Determine how many lines of the entries that follow contain "IFCSHAPEREPRESENTATION", and respond with that number alone.

Saved entries:
══════════

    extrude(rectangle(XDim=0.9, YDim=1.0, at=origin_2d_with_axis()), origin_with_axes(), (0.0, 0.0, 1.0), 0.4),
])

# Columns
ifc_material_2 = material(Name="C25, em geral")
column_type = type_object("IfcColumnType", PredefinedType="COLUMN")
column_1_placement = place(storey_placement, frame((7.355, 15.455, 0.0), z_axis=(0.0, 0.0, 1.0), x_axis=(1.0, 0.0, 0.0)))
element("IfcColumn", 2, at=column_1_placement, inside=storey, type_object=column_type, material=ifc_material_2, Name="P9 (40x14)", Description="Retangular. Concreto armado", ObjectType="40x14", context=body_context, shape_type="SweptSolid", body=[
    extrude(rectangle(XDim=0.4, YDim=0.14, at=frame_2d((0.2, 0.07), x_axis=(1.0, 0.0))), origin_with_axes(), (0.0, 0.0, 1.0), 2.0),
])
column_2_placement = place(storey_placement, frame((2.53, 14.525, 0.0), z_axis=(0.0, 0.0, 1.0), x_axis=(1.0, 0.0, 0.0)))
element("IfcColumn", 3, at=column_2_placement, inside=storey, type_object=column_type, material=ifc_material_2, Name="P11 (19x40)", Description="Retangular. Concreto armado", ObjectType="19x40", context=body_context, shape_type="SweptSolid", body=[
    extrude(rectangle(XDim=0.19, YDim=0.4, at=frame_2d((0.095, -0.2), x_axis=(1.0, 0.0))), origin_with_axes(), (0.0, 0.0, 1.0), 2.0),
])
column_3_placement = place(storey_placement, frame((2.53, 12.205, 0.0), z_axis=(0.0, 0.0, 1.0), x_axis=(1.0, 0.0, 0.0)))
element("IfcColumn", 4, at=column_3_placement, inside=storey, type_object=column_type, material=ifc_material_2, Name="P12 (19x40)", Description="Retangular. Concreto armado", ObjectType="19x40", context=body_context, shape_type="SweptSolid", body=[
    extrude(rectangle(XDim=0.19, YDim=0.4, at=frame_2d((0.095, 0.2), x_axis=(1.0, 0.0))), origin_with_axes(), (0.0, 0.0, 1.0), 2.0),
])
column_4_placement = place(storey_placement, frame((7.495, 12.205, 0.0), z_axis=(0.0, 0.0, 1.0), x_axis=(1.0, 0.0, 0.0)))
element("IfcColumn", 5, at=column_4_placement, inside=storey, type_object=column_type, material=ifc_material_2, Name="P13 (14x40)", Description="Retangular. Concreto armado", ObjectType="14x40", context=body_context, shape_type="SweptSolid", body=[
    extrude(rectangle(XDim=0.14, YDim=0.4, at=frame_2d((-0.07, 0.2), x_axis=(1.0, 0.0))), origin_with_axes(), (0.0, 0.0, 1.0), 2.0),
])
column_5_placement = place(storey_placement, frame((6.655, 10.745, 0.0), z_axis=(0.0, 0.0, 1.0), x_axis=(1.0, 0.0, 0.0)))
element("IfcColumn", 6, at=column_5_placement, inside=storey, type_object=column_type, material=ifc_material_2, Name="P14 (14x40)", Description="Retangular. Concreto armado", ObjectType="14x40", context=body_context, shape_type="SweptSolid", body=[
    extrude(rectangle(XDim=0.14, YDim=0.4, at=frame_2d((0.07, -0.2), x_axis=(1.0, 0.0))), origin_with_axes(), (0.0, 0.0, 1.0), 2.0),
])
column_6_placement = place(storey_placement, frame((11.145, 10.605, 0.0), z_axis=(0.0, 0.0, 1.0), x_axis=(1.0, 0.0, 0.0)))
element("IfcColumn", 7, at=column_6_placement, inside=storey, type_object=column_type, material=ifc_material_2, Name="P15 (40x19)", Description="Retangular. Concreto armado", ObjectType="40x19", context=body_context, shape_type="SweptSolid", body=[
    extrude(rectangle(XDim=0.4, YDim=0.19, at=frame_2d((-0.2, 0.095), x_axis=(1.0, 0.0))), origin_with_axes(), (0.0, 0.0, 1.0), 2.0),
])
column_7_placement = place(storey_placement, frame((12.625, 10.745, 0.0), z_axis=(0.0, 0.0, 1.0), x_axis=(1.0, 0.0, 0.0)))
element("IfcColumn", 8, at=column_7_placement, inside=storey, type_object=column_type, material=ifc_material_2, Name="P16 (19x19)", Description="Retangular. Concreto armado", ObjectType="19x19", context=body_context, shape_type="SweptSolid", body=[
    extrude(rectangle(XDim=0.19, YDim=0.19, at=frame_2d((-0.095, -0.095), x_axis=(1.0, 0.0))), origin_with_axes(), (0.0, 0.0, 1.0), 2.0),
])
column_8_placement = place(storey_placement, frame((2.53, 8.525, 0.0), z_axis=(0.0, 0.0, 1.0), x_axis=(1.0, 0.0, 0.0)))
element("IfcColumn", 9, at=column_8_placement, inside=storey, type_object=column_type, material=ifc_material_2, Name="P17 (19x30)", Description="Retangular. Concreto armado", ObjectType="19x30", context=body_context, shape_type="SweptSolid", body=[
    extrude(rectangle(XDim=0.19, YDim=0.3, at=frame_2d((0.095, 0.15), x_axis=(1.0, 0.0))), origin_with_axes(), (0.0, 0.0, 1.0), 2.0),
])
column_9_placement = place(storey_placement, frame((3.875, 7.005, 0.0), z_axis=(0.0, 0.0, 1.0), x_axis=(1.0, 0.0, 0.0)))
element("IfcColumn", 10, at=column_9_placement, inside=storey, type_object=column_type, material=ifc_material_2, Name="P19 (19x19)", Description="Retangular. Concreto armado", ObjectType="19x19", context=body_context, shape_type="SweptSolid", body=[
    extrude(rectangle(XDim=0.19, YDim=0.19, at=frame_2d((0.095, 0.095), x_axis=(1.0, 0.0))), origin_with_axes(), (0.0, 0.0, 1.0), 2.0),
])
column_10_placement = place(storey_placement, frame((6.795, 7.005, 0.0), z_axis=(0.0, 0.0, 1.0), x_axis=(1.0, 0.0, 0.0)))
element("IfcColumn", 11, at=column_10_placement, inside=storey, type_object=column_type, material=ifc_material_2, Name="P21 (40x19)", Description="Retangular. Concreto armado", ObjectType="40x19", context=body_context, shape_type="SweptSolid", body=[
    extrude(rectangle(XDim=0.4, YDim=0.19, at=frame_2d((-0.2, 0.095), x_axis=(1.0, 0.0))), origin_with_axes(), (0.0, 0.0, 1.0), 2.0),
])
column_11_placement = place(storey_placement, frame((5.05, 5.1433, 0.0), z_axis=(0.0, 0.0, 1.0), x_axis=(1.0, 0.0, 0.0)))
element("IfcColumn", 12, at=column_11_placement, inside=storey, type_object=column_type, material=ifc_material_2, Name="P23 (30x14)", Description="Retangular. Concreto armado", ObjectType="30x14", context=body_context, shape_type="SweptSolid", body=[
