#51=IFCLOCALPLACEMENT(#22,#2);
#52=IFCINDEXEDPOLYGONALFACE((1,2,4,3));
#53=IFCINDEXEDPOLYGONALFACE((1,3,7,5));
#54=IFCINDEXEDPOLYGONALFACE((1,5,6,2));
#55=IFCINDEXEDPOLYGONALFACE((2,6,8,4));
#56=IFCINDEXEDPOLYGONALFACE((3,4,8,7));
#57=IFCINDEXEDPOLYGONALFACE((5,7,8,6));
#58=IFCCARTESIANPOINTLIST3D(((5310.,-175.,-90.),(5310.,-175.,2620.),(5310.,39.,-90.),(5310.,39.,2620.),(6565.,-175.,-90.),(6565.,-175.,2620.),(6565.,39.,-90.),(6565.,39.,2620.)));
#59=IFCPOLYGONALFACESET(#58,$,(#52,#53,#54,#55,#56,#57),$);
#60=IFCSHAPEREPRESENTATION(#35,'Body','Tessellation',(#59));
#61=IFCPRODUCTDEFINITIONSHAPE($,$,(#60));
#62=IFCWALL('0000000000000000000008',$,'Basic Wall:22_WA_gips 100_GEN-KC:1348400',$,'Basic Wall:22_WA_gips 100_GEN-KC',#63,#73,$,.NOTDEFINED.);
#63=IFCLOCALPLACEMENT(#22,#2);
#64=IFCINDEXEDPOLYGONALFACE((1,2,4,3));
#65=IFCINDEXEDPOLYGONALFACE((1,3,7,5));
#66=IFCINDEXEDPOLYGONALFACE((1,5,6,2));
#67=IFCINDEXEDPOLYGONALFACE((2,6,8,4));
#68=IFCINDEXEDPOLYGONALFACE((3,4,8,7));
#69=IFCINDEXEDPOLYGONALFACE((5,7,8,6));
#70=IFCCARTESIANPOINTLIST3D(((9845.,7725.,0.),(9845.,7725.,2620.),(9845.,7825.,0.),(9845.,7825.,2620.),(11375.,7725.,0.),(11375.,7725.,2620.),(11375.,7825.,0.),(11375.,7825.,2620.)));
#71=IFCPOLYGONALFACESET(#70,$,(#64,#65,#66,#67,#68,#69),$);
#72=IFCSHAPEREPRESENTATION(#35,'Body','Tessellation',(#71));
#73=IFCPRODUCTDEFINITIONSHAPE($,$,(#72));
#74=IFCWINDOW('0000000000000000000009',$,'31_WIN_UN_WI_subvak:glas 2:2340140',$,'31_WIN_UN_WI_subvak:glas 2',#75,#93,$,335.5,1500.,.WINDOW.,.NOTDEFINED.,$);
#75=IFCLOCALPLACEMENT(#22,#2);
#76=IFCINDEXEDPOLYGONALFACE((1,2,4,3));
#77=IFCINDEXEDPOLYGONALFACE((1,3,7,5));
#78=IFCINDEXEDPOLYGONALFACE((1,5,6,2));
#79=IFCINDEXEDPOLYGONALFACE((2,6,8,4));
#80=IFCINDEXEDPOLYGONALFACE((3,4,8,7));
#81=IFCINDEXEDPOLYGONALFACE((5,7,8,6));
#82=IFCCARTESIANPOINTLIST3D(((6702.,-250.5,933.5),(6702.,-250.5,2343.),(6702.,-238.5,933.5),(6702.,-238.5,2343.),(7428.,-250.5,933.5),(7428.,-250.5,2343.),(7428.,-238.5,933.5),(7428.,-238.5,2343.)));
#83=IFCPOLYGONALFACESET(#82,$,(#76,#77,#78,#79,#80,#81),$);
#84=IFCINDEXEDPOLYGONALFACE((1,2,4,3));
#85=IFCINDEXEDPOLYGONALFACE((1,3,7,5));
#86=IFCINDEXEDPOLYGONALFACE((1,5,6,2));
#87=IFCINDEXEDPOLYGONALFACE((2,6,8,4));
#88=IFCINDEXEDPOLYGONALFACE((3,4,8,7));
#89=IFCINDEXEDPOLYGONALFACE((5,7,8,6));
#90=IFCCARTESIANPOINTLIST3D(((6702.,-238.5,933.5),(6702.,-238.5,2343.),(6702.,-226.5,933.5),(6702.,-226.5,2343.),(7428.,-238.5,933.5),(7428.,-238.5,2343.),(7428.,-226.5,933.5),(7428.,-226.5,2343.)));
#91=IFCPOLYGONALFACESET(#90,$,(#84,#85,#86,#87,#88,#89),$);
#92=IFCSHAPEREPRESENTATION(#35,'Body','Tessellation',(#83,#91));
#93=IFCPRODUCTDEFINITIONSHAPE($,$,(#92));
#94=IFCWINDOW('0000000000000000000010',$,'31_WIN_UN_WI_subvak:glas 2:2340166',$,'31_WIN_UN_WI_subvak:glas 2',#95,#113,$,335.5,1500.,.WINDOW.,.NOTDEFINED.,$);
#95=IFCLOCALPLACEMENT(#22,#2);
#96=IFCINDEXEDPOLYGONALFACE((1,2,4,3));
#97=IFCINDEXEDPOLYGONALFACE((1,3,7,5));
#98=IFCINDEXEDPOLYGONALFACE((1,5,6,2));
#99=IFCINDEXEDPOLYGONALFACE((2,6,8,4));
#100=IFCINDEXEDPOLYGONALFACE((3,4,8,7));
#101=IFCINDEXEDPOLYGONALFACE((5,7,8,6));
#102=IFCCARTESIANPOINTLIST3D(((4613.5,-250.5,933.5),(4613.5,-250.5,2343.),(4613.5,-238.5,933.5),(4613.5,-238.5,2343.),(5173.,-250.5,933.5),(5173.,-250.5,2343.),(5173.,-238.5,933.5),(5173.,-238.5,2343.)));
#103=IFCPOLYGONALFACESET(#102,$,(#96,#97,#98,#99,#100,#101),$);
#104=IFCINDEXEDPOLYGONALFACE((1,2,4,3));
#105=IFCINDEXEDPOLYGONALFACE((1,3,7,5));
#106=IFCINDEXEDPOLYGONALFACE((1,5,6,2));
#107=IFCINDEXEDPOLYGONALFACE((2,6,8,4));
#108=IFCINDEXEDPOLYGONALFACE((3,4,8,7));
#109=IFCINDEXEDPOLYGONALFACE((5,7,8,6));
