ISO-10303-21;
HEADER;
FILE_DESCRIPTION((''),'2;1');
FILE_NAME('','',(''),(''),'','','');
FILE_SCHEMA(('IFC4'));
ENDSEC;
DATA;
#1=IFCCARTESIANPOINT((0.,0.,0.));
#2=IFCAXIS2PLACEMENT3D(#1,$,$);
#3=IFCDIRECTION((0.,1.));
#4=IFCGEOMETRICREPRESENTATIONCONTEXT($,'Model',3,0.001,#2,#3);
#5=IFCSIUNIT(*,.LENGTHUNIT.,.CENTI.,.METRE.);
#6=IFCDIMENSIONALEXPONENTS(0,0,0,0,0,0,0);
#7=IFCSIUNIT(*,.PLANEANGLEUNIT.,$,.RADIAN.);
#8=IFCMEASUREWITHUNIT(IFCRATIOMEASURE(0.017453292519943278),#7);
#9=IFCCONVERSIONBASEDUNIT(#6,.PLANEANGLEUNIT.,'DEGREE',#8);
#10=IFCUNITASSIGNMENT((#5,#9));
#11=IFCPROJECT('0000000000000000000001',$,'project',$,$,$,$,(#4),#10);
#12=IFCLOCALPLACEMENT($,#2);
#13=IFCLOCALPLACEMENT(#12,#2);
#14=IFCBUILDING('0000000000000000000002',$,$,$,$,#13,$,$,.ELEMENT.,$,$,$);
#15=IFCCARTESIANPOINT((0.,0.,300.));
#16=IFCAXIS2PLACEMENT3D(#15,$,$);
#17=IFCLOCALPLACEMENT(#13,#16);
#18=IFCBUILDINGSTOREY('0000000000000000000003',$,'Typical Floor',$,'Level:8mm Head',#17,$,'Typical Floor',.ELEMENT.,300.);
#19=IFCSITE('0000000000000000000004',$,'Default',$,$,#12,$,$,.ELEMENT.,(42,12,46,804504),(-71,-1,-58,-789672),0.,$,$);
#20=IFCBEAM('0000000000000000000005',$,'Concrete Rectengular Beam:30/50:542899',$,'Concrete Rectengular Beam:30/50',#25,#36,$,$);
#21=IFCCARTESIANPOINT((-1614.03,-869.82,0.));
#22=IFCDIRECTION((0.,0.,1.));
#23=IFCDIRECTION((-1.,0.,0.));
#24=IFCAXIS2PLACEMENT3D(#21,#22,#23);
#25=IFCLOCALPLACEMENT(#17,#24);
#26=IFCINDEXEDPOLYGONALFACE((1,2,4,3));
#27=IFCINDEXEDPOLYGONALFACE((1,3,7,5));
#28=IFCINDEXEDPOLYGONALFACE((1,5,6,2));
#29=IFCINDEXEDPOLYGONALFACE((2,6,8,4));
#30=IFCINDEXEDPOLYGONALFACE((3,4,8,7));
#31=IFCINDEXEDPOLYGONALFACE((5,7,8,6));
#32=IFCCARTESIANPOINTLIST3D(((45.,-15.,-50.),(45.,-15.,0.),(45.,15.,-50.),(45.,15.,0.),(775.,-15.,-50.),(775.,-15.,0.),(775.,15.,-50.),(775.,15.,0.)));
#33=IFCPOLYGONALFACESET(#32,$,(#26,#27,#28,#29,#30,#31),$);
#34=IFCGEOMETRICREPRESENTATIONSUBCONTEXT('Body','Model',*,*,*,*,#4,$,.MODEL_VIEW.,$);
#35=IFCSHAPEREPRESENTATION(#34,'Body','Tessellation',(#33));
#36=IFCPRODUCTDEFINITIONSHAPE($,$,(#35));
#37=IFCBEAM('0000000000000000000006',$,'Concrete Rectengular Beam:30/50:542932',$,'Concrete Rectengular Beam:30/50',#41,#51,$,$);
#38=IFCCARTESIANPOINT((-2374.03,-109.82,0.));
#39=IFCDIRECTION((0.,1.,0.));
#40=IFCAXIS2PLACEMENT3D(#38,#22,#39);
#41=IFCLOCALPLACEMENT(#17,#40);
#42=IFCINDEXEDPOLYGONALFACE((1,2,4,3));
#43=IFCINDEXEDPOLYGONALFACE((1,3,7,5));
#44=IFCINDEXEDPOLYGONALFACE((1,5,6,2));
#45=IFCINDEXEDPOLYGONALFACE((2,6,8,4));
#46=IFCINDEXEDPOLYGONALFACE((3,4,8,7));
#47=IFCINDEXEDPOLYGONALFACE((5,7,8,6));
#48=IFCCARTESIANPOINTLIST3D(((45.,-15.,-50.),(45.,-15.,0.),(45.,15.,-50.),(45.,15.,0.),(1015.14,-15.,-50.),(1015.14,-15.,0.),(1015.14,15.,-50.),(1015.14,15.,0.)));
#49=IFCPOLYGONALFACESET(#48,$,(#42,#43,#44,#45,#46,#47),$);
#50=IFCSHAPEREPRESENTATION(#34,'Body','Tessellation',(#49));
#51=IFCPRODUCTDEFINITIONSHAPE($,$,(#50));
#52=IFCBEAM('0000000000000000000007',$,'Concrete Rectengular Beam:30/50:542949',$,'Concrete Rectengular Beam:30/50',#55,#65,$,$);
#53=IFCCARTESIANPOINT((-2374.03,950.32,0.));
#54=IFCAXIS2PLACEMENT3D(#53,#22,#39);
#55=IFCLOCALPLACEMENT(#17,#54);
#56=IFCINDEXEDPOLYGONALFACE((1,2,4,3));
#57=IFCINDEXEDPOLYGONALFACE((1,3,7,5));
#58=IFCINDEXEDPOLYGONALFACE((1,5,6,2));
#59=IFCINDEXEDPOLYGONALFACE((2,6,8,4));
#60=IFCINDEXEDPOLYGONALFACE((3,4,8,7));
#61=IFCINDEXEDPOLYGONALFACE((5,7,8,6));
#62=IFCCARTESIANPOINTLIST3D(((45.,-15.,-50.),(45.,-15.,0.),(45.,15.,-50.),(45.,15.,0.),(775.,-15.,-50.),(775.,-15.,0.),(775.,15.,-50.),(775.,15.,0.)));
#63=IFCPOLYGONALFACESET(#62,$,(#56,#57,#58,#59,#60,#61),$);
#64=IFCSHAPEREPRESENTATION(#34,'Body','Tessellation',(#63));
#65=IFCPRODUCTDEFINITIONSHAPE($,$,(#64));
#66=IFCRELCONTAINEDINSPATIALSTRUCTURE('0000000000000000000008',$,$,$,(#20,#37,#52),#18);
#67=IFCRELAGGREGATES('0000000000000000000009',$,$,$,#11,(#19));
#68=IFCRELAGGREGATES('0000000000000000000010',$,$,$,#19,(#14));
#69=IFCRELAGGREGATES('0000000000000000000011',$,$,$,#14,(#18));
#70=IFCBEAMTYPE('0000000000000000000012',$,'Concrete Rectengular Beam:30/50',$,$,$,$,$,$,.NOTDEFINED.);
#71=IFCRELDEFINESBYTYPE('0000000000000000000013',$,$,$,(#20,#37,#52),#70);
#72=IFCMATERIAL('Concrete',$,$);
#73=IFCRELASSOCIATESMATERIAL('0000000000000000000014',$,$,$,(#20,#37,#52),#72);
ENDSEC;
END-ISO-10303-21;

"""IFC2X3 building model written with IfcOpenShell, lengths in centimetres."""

from ifc_helpers import new_model, entity, si_unit, converted_unit, direction, frame, frame_2d, origin, place, context, subcontext, project, spatial, rectangle, extrude, material, type_object, element, save


model = new_model("IFC2X3")

# Units and contexts
model_context = context("Model", 3, precision=0.001, world=origin(), true_north=direction((0.0, 1.0)))
body_context = subcontext(model_context, "Body", "Model", "MODEL_VIEW")
ifc_project = project(units=[si_unit("LENGTHUNIT", "METRE", prefix="CENTI"), converted_unit("PLANEANGLEUNIT", "DEGREE", entity("IfcRatioMeasure", 0.017453292519943278), si_unit("PLANEANGLEUNIT", "RADIAN"), dimensions=[0, 0, 0, 0, 0, 0, 0])], contexts=[model_context])

# Site, building, storey
site_placement = place(None, origin())
site = spatial("IfcSite", under=ifc_project, at=site_placement, Name="Default", CompositionType="ELEMENT", RefLatitude=(42, 12, 46, 804504), RefLongitude=(-71, -1, -58, -789672), RefElevation=0.0)
building_placement = place(site_placement, origin())
building = spatial("IfcBuilding", under=site, at=building_placement, CompositionType="ELEMENT")
storey_placement = place(building_placement, frame((0.0, 0.0, 300.0)))
storey = spatial("IfcBuildingStorey", under=building, at=storey_placement, Name="Typical Floor", ObjectType="Level:8mm Head", LongName="Typical Floor", CompositionType="ELEMENT", Elevation=300.0)

# Beams
ifc_material = material(Name="Concrete")
beam_type_1 = type_object("IfcBeamType", Name="Concrete Rectengular Beam:30/50", PredefinedType="NOTDEFINED")
beam_1_placement = place(storey_placement, frame((-1614.03, -869.82, 0.0), z_axis=(0.0, 0.0, 1.0), x_axis=(-1.0, 0.0, 0.0)))
element("IfcBeam", 1, at=beam_1_placement, inside=storey, type_object=beam_type_1, material=ifc_material, Name="Concrete Rectengular Beam:30/50:542899", ObjectType="Concrete Rectengular Beam:30/50", context=body_context, shape_type="SweptSolid", body=[
    extrude(rectangle(XDim=50.0, YDim=30.0, at=frame_2d((0.0, 0.0), x_axis=(1.0, 0.0))), frame((45.0, 0.0, -25.0), z_axis=(1.0, 0.0, 0.0), x_axis=(0.0, 0.0, -1.0)), (0.0, 0.0, 1.0), 730.0),
])
beam_2_placement = place(storey_placement, frame((-2374.03, -109.82, 0.0), z_axis=(0.0, 0.0, 1.0), x_axis=(0.0, 1.0, 0.0)))
element("IfcBeam", 2, at=beam_2_placement, inside=storey, type_object=beam_type_1, material=ifc_material, Name="Concrete Rectengular Beam:30/50:542932", ObjectType="Concrete Rectengular Beam:30/50", context=body_context, shape_type="SweptSolid", body=[
    extrude(rectangle(XDim=50.0, YDim=30.0, at=frame_2d((0.0, 0.0), x_axis=(1.0, 0.0))), frame((45.0, 0.0, -25.0), z_axis=(1.0, 0.0, 0.0), x_axis=(0.0, 0.0, -1.0)), (0.0, 0.0, 1.0), 970.14),
])
beam_3_placement = place(storey_placement, frame((-2374.03, 950.32, 0.0), z_axis=(0.0, 0.0, 1.0), x_axis=(0.0, 1.0, 0.0)))
element("IfcBeam", 3, at=beam_3_placement, inside=storey, type_object=beam_type_1, material=ifc_material, Name="Concrete Rectengular Beam:30/50:542949", ObjectType="Concrete Rectengular Beam:30/50", context=body_context, shape_type="SweptSolid", body=[
    extrude(rectangle(XDim=50.0, YDim=30.0, at=frame_2d((0.0, 0.0), x_axis=(1.0, 0.0))), frame((45.0, 0.0, -25.0), z_axis=(1.0, 0.0, 0.0), x_axis=(0.0, 0.0, -1.0)), (0.0, 0.0, 1.0), 730.0),
])

save(model, "model.ifc")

══════════

# RESULT:
6